Richard Quest: The man who runs the New York City subway says President Biden's infrastructure plan is a once in a generation opportunity, and Pat Foye says he plans to make the most of it. It's a $2 trillion package that's the pillar of the Biden agenda. Now we're gonna hear the President pitch it tonight in his first address to the joint session of the US Congress. Last year as the city shut down, the collapse in subway ridership was unprecedented, look at that, the revenue lost was dramatic and crippling to the authority’s funds, only now, slowly, look at the right side of the graph, can you see the improvement. The MTA’s Pat Foye, I visited last year when I was on the subway, this is last year. Look at it, when there's barely anybody traveling on the subway. The numbers have improved, slowly but surely. Back then, there wasn't a mask mandate, back in April 2020. There was no mask mandate for me to wear as I walked through. Now of course that's all changed. The head of the MTA says, whilst there's a long way to a full recovery, passengers will no doubt return underground in the city that never sleeps.
Patrick Foye: So ridership is down, clearly. On subways on Friday, the last business day weekday, we carried 2.1 million passengers. That's the best we've done in 100 days. We carried 1.1 [million] on buses, that's a lot of people, but that compares to 7.5 million on subways and buses our regular weekday prior to the pandemic. So we've come a long distance Richard, you may recall at the bottom of the pandemic, ridership on subways was down 95%. We've come a long way, but we've got a long way to go. It will be 2024 before we get within striking distance of the levels of ridership that existed prior to the pandemic.

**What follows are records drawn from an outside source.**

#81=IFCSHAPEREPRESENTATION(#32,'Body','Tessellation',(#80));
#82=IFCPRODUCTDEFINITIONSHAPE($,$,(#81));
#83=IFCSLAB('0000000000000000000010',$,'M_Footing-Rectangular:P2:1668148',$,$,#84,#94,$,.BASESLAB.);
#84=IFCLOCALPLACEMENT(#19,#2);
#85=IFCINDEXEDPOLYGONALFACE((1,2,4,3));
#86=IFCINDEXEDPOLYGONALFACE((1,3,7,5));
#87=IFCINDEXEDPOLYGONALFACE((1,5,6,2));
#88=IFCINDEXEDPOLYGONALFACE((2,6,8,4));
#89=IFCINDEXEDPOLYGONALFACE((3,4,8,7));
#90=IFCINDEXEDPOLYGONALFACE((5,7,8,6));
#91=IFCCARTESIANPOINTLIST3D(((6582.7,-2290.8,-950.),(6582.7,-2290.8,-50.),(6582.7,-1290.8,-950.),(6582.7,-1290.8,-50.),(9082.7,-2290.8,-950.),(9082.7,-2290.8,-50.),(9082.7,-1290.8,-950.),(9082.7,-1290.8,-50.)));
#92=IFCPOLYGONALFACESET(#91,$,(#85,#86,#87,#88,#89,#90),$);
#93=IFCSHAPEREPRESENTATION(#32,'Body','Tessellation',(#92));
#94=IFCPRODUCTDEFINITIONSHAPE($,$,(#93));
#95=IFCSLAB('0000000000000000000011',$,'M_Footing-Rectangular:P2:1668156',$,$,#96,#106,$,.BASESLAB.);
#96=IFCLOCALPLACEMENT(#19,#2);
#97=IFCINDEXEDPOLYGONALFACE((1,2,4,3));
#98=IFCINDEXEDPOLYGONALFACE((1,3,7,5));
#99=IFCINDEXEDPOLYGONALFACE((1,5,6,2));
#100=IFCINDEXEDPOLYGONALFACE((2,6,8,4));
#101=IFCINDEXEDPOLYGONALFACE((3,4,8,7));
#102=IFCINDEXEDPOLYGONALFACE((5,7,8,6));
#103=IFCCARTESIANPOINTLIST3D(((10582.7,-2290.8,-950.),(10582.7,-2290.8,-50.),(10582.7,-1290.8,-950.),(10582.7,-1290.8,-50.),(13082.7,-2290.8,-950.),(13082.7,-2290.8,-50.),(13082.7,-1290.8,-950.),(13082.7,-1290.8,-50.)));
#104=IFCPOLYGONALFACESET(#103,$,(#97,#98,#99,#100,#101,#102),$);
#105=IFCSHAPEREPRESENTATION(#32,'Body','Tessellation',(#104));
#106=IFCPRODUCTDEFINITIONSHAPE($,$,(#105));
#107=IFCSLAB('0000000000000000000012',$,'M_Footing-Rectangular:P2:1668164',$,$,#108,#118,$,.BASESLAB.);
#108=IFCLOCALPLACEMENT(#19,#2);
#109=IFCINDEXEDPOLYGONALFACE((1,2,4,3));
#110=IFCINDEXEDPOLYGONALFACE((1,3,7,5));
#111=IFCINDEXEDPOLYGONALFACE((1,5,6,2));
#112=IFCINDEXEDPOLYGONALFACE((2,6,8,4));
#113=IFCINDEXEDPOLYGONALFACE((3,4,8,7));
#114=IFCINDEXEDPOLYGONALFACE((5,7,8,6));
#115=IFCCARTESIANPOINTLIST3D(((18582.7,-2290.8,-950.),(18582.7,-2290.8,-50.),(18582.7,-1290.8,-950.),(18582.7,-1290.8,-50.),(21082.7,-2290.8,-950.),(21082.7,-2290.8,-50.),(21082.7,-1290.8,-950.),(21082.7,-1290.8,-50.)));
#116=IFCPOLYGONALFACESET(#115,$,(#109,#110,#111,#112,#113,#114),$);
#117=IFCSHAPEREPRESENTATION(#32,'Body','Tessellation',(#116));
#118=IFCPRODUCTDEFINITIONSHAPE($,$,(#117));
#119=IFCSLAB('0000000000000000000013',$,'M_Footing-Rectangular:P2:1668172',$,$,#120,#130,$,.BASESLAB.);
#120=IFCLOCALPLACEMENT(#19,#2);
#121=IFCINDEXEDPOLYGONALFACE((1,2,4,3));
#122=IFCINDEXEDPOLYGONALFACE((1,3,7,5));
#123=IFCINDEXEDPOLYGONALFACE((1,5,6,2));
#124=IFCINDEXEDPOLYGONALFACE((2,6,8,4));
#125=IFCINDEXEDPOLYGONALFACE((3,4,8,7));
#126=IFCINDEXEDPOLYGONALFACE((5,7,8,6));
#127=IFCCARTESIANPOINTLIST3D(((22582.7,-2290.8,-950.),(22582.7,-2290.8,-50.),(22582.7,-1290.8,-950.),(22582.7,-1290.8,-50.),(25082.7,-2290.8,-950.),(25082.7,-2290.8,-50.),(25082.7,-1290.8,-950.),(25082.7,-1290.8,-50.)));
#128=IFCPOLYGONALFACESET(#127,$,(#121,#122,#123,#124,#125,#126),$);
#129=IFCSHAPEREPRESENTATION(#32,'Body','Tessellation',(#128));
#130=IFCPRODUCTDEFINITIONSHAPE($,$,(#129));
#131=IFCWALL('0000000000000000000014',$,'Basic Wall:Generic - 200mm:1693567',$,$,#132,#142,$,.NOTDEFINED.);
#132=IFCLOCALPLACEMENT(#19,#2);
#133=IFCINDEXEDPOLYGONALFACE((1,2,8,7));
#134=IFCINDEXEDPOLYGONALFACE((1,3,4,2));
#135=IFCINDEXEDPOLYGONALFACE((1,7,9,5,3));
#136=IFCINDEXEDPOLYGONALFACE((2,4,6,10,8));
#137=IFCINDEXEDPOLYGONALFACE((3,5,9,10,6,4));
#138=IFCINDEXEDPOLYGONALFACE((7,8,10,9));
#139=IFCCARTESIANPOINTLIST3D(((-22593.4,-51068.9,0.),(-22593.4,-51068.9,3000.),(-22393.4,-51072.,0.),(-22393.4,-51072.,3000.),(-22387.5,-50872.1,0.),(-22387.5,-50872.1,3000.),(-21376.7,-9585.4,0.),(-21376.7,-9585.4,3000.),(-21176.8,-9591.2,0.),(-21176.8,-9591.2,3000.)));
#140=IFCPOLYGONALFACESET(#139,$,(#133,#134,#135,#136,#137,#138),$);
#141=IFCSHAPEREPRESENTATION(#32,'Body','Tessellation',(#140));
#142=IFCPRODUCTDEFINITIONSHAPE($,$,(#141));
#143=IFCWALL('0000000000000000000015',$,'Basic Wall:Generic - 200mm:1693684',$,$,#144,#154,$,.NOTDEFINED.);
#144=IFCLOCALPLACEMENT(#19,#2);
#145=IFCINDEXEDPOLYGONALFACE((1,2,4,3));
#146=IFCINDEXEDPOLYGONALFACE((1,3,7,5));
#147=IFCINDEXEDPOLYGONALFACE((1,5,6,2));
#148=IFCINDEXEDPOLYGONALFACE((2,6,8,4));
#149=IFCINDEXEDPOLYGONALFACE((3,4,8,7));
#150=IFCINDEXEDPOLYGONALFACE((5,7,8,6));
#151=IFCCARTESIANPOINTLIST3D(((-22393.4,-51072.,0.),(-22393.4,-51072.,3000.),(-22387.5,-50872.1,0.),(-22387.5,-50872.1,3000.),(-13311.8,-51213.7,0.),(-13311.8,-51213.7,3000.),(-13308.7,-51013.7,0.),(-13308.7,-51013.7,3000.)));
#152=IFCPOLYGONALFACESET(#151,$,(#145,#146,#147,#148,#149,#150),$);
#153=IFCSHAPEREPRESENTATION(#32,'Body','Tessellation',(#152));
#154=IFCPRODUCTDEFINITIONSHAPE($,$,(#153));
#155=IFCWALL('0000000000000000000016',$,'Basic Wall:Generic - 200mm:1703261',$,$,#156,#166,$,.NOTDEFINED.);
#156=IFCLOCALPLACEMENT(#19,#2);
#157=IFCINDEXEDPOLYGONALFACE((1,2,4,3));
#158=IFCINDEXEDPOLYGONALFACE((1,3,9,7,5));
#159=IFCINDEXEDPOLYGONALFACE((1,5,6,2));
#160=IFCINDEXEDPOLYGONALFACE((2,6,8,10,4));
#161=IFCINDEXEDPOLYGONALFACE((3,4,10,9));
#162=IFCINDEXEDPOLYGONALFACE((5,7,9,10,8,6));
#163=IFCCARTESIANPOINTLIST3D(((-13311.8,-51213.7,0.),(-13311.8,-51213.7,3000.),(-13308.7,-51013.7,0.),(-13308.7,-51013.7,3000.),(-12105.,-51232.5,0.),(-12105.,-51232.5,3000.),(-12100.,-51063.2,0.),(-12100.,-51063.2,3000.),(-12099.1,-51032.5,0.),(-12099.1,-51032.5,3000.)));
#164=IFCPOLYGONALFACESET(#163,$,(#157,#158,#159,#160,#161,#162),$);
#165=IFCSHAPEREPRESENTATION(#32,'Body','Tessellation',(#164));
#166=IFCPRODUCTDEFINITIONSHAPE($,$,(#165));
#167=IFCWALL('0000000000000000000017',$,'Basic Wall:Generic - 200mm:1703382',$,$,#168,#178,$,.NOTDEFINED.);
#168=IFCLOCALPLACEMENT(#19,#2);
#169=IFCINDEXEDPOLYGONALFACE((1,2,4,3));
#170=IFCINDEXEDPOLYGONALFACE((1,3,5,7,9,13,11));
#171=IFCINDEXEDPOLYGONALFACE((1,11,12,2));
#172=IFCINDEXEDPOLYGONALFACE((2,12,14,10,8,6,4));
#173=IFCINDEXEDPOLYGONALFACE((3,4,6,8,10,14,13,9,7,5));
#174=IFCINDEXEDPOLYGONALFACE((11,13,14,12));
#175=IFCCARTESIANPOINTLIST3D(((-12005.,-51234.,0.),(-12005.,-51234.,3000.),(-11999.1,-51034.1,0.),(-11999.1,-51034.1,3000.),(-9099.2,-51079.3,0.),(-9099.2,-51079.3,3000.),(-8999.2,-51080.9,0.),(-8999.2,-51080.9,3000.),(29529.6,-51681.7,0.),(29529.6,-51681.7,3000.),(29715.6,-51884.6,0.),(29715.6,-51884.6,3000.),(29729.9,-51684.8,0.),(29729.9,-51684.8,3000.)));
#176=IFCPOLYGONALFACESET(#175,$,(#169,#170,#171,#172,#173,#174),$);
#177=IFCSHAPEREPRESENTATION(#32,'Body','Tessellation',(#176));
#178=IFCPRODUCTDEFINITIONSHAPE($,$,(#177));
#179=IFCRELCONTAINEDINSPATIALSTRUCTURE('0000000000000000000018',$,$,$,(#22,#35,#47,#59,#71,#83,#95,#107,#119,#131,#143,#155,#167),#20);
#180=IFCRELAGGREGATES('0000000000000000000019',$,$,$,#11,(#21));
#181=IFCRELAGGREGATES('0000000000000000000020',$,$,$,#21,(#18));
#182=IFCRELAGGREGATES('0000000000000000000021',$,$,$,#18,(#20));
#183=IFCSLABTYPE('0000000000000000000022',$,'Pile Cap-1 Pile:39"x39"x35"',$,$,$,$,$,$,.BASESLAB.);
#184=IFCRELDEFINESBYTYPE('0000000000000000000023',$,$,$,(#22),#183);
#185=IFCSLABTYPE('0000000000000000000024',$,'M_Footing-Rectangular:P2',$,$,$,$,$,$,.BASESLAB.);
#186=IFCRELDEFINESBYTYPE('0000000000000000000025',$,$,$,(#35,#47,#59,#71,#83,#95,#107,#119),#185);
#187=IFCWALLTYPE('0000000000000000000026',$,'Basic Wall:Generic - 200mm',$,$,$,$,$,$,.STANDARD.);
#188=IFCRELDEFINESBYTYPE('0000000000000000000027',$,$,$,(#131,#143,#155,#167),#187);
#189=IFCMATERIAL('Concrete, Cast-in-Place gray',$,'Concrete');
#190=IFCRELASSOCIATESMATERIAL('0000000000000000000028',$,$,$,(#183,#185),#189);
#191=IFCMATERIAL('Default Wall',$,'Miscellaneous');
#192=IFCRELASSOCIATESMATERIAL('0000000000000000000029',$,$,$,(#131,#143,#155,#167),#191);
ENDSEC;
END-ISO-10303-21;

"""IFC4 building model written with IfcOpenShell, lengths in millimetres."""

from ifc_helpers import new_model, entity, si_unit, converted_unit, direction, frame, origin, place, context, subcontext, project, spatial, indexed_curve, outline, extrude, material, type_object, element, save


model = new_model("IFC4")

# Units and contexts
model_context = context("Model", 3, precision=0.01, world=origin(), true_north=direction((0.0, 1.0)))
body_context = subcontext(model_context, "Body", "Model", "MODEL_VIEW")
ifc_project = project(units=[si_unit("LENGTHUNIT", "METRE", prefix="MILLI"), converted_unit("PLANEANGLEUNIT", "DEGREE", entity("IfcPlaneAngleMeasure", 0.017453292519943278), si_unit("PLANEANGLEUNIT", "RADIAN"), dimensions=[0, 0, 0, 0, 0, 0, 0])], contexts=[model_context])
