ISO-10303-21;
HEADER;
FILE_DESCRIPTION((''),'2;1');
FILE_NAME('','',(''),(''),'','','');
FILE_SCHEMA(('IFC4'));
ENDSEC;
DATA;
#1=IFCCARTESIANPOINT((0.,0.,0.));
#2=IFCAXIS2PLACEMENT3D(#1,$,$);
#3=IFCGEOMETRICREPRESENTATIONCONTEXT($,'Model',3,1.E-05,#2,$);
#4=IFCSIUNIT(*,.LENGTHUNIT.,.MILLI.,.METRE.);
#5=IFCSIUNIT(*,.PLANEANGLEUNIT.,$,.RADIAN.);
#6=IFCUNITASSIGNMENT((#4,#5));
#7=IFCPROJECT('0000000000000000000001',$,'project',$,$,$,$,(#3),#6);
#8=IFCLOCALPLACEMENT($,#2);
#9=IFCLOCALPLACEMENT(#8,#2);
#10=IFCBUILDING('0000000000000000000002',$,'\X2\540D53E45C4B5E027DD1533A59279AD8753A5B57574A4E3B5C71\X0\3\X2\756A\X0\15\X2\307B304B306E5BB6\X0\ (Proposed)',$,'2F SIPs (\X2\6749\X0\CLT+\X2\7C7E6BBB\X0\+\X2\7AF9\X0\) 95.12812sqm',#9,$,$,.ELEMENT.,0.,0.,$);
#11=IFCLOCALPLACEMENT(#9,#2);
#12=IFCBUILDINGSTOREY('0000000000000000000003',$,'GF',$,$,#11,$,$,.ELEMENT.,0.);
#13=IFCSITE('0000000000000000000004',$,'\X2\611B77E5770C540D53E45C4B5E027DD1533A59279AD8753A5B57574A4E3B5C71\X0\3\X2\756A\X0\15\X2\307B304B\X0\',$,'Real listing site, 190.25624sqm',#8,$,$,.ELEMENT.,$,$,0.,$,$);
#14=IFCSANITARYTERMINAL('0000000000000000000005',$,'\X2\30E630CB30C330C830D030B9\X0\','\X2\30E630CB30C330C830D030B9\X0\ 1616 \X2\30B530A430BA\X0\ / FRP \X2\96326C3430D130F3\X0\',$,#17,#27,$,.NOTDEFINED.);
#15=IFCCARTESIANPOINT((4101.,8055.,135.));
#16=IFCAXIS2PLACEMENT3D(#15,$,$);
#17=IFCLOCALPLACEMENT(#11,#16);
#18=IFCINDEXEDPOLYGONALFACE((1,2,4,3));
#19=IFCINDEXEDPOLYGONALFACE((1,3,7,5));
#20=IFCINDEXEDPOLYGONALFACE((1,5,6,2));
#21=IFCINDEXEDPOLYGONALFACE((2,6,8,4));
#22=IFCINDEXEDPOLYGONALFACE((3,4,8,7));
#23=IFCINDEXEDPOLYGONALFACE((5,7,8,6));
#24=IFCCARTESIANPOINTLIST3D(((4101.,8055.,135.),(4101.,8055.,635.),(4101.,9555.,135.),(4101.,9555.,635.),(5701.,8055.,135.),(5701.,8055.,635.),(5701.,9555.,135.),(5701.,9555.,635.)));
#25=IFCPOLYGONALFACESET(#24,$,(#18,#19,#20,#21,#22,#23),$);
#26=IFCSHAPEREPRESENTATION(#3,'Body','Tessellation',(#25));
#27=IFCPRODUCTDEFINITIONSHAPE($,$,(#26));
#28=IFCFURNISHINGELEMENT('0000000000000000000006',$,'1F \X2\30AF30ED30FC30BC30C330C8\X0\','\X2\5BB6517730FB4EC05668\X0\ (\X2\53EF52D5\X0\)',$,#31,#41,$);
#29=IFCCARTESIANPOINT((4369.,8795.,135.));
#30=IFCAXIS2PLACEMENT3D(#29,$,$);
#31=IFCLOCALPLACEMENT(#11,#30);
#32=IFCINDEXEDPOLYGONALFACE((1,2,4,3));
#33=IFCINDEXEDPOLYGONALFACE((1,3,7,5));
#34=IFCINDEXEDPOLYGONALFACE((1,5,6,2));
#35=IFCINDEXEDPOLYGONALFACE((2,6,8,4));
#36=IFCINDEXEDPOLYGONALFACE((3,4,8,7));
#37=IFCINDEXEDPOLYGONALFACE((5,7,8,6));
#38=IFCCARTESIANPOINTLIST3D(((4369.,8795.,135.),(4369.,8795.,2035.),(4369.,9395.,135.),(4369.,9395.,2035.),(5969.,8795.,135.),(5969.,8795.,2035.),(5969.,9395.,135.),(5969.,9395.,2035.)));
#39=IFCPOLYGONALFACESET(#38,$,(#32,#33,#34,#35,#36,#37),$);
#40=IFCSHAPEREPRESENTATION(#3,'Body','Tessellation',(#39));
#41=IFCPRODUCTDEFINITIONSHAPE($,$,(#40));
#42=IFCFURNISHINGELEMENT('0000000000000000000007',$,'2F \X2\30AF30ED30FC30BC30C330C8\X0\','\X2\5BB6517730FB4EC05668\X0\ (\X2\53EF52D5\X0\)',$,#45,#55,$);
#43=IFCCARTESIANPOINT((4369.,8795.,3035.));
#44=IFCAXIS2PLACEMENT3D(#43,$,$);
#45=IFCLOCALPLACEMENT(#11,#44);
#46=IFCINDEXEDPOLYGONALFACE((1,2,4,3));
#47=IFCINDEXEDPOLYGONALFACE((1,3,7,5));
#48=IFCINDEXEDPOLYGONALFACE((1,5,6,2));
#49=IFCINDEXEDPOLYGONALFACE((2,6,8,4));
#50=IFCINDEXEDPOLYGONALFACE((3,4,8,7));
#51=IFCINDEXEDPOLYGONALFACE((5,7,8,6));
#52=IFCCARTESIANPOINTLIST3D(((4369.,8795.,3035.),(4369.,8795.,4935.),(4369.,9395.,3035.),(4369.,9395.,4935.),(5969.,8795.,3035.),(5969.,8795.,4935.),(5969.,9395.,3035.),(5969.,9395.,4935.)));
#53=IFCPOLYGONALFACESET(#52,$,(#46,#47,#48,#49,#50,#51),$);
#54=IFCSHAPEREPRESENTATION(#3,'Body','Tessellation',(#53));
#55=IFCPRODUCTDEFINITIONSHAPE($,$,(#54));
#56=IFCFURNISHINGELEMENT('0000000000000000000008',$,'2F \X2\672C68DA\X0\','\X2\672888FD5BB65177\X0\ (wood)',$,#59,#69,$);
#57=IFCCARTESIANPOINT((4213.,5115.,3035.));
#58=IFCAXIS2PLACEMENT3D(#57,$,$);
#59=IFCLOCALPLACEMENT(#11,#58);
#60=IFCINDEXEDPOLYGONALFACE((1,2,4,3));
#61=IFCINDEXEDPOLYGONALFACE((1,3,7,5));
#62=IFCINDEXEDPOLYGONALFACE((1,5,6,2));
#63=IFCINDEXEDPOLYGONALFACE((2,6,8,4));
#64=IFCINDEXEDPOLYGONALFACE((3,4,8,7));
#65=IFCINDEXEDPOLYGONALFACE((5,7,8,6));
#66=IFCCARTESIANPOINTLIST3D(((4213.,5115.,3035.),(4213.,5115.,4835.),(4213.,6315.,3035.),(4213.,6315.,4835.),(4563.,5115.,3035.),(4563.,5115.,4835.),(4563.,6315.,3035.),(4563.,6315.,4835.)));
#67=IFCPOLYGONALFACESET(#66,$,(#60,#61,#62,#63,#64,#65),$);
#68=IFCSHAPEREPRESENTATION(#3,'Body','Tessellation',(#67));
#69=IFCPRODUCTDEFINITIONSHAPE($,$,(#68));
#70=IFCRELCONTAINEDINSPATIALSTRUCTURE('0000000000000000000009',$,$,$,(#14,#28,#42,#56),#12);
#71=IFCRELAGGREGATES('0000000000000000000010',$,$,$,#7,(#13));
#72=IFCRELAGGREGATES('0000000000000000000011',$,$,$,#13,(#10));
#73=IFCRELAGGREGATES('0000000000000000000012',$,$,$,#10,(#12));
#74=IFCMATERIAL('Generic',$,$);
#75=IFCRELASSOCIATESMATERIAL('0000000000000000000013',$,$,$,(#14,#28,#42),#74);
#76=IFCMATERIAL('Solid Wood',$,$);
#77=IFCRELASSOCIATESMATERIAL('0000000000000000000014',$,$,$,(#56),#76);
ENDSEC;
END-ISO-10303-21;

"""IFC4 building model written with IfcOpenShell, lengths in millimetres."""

from ifc_helpers import new_model, si_unit, frame, frame_2d, origin, place, context, project, spatial, rectangle, extrude, material, element, save


model = new_model("IFC4")

# Units and contexts
model_context = context("Model", 3, precision=1e-05, world=origin())
ifc_project = project(units=[si_unit("LENGTHUNIT", "METRE", prefix="MILLI"), si_unit("PLANEANGLEUNIT", "RADIAN")], contexts=[model_context])

# Site, building, storey
site_placement = place(None, origin())
site = spatial("IfcSite", under=ifc_project, at=site_placement, Name="愛知県名古屋市緑区大高町字坊主山3番15ほか", ObjectType="Real listing site, 190.25624sqm", CompositionType="ELEMENT", RefElevation=0.0)
building_placement = place(site_placement, origin())
building = spatial("IfcBuilding", under=site, at=building_placement, Name="名古屋市緑区大高町字坊主山3番15ほかの家 (Proposed)", ObjectType="2F SIPs (杉CLT+籾殻+竹) 95.12812sqm", CompositionType="ELEMENT", ElevationOfRefHeight=0.0, ElevationOfTerrain=0.0)
storey_placement = place(building_placement, origin())
storey = spatial("IfcBuildingStorey", under=building, at=storey_placement, Name="GF", CompositionType="ELEMENT", Elevation=0.0)

# Shared definitions
ifc_material_1 = material(Name="Solid Wood")

# Shared definitions
ifc_material_2 = material(Name="Generic")

# Sanitary terminal
sanitary_terminal_placement = place(storey_placement, frame((4101.0, 8055.0, 135.0)))
element("IfcSanitaryTerminal", 1, at=sanitary_terminal_placement, inside=storey, material=ifc_material_2, Name="ユニットバス", Description="ユニットバス 1616 サイズ / FRP 防水パン", PredefinedType="NOTDEFINED", context=model_context, shape_type="SweptSolid", body=[
    extrude(rectangle(XDim=1600.0, YDim=1500.0, at=frame_2d((800.0, 750.0))), frame((4101.0, 8055.0, 135.0)), (0.0, 0.0, 1.0), 500.0),
])

# Furnishing elements
furnishing_1_placement = place(storey_placement, frame((4369.0, 8795.0, 135.0)))
element("IfcFurnishingElement", 2, at=furnishing_1_placement, inside=storey, material=ifc_material_2, Name="1F クローゼット", Description="家具・什器 (可動)", context=model_context, shape_type="SweptSolid", body=[
    extrude(rectangle(XDim=1600.0, YDim=600.0, at=frame_2d((800.0, 300.0))), frame((4369.0, 8795.0, 135.0)), (0.0, 0.0, 1.0), 1900.0),
])
furnishing_2_placement = place(storey_placement, frame((4369.0, 8795.0, 3035.0)))
element("IfcFurnishingElement", 3, at=furnishing_2_placement, inside=storey, material=ifc_material_2, Name="2F クローゼット", Description="家具・什器 (可動)", context=model_context, shape_type="SweptSolid", body=[
    extrude(rectangle(XDim=1600.0, YDim=600.0, at=frame_2d((800.0, 300.0))), frame((4369.0, 8795.0, 3035.0)), (0.0, 0.0, 1.0), 1900.0),
])
furnishing_3_placement = place(storey_placement, frame((4213.0, 5115.0, 3035.0)))
element("IfcFurnishingElement", 4, at=furnishing_3_placement, inside=storey, material=ifc_material_1, Name="2F 本棚", Description="木製家具 (wood)", context=model_context, shape_type="SweptSolid", body=[
    extrude(rectangle(XDim=350.0, YDim=1200.0, at=frame_2d((175.0, 600.0))), frame((4213.0, 5115.0, 3035.0)), (0.0, 0.0, 1.0), 1800.0),
])

save(model, "model.ifc")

Quest: If we look into sort of measures that you took in New York, there's a much famous and loved 24-hour subway, which of course had to start the cleaning that had to take place. We now know so much more about this virus, how can you adapt service as a result of what we now know?
Foye: We're looking forward in the near term to restoring 24-hour service to the city that never sleeps. Obviously we've all learned a lot about COVID-19 over the past 15 or so months, but we're going to continue disinfecting our subway cars, our subway stations, buses, commuter rails, paratransit vehicles, and the like, even recognizing that the primary mode of transmission of COVID-19 is aerosols, coughing, etc. 75% of our customers say our stations have never been cleaner. That is really positive and we're going to continue the disinfecting regime going forward, given the reassurance it gives to our customers and to our employees.
Quest: The Victorians built the network, the Edwardians advanced the network, arguably, the last 50 to 70 years, we have tinkered with it but the infrastructure on our networks, has not been maintained or invested upon. Is this the once in a generation opportunity to build, repair and improve?
Foye: Yes, I think it is. Casting in American terms obviously the [New Deal] and President Roosevelt in response to the Great Depression.
Clip of President Franklin Roosevelt: “I pledge myself to a New Deal for the American People.”
Foye: General President Eisenhower with respect to building the interstate highway system.
Clip of 1956 newsreel on President Dwight Eisenhower: “The highway construction program initiated by Ike is the biggest peacetime enterprise ever undertaken.”
Foye: I think with respect to President Biden and an unbelievably thoughtful and aggressive [$2 trillion] infrastructure plan including $85 billion for transit, that this is a once in a generation opportunity that we've got to take. Transit also, in addition to the economic and job creation, is beneficial for the environment. The MTA every year avoids 17 million metric tons of greenhouse gas, and in addition, there's a social equity component for transit in New York City from the very first days of the subway and that continues as I mentioned, Second Avenue Subway phase two, the four new stations in the Bronx, and right now we continue to carry essential workers and first responders who have been heroes. But your characterization is exactly right and I just put it in American terms.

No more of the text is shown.